• Work task: Scan the entries that follow and copy out every line containing "IFCRECTANGLEPROFILEDEF".

• Stored items:
Content starts
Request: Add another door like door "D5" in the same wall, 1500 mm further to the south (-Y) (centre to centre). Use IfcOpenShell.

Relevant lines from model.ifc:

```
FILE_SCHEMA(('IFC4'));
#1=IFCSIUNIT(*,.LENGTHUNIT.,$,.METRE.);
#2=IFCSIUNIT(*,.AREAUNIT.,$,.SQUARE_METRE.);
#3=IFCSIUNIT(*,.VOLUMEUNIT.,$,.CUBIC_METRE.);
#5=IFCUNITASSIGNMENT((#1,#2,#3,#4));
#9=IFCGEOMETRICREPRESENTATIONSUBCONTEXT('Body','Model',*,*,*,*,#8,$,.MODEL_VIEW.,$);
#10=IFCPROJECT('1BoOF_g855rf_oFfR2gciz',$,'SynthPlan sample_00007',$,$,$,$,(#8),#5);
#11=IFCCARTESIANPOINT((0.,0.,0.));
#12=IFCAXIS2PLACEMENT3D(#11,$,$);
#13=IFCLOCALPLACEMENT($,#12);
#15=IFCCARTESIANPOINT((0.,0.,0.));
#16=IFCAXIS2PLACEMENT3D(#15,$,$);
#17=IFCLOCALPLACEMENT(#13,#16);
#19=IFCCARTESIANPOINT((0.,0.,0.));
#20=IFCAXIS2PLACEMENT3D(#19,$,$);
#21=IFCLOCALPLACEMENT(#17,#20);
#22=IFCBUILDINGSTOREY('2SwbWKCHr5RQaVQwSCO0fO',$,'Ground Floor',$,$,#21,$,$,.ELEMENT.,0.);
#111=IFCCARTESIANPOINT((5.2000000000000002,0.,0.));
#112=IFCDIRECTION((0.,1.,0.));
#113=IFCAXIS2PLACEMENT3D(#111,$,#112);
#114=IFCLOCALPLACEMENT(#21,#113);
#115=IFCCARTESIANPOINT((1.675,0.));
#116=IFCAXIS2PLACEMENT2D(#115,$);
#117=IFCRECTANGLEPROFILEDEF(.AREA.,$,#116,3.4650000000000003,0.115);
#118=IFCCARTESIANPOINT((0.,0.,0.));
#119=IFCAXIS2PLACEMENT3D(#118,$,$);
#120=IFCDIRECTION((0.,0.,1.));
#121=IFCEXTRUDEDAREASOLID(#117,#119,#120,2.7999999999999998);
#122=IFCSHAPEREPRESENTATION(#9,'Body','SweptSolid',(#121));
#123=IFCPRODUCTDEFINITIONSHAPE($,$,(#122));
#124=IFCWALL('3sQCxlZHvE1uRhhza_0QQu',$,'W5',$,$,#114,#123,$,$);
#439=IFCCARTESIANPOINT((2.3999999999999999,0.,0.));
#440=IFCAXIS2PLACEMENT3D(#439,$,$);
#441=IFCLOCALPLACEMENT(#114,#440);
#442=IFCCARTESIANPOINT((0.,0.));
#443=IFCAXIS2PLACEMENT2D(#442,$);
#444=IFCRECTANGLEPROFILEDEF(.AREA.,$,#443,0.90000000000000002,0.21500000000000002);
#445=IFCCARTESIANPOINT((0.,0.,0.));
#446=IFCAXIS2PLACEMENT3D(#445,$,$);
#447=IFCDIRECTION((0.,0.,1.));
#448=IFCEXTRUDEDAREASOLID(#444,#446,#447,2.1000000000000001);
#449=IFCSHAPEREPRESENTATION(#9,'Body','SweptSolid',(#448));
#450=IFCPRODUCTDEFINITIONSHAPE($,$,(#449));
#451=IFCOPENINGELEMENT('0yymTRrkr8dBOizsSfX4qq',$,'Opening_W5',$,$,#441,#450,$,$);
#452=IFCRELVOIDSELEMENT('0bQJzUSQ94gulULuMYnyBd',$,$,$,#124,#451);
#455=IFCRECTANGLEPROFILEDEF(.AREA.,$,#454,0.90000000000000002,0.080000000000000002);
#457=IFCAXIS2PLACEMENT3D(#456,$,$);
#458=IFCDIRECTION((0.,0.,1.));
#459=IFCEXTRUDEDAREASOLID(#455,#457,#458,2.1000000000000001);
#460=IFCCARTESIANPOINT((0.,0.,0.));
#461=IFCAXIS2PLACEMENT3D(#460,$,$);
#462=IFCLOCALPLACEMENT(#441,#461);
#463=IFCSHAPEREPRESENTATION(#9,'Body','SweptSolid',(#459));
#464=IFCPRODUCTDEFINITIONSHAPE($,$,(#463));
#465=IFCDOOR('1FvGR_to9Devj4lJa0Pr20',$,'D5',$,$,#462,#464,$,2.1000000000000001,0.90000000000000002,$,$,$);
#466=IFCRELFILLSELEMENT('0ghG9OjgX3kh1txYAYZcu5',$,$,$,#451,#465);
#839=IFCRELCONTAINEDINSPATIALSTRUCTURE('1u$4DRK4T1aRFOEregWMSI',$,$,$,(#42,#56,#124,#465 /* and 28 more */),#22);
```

```python
import ifcopenshell
import ifcopenshell.api.feature
import ifcopenshell.api.geometry
import ifcopenshell.api.root
import ifcopenshell.geom
import ifcopenshell.util.element
import ifcopenshell.util.placement
import ifcopenshell.util.shape
import ifcopenshell.util.unit

model = ifcopenshell.open("model.ifc")
unit_scale = ifcopenshell.util.unit.calculate_unit_scale(model)
settings = ifcopenshell.geom.settings()


def volume(element):
    """Net volume in cubic metres, openings subtracted."""
    shape = ifcopenshell.geom.create_shape(settings, element)
    return ifcopenshell.util.shape.get_volume(shape.geometry)


door = model.by_guid("1FvGR_to9Devj4lJa0Pr20")
opening = door.FillsVoids[0].RelatingOpeningElement
wall = opening.VoidsElements[0].RelatingBuildingElement
before = volume(wall)
shift = ifcopenshell.util.placement.get_local_placement(wall.ObjectPlacement)[:3, 0] * -1.5 / unit_scale

# copy_class copies the void relationship, type, container and properties, but no geometry.
new_opening = ifcopenshell.api.root.copy_class(model, product=opening)
new_opening.Representation = ifcopenshell.util.element.copy_deep(
    model, opening.Representation, exclude=["IfcGeometricRepresentationContext", "IfcRepresentationMap"]
)
new_door = ifcopenshell.api.root.copy_class(model, product=door)
new_door.Representation = ifcopenshell.util.element.copy_deep(
    model, door.Representation, exclude=["IfcGeometricRepresentationContext", "IfcRepresentationMap"]
)
ifcopenshell.api.feature.add_filling(model, opening=new_opening, element=new_door)

for old, new in ((opening, new_opening), (door, new_door)):
    matrix = ifcopenshell.util.placement.get_local_placement(old.ObjectPlacement)
    matrix[:3, 3] += shift
    ifcopenshell.api.geometry.edit_object_placement(model, product=new, matrix=matrix, is_si=False)

after = volume(wall)

print(f"wall volume {before:.3f} -> {after:.3f} m3")

model.write("model_rev.ifc")
```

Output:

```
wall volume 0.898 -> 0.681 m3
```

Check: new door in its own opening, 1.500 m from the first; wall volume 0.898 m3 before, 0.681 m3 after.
Content ends
• Output for this exercise:
#117=IFCRECTANGLEPROFILEDEF(.AREA.,$,#116,3.4650000000000003,0.115);
#444=IFCRECTANGLEPROFILEDEF(.AREA.,$,#443,0.90000000000000002,0.21500000000000002);
#455=IFCRECTANGLEPROFILEDEF(.AREA.,$,#454,0.90000000000000002,0.080000000000000002);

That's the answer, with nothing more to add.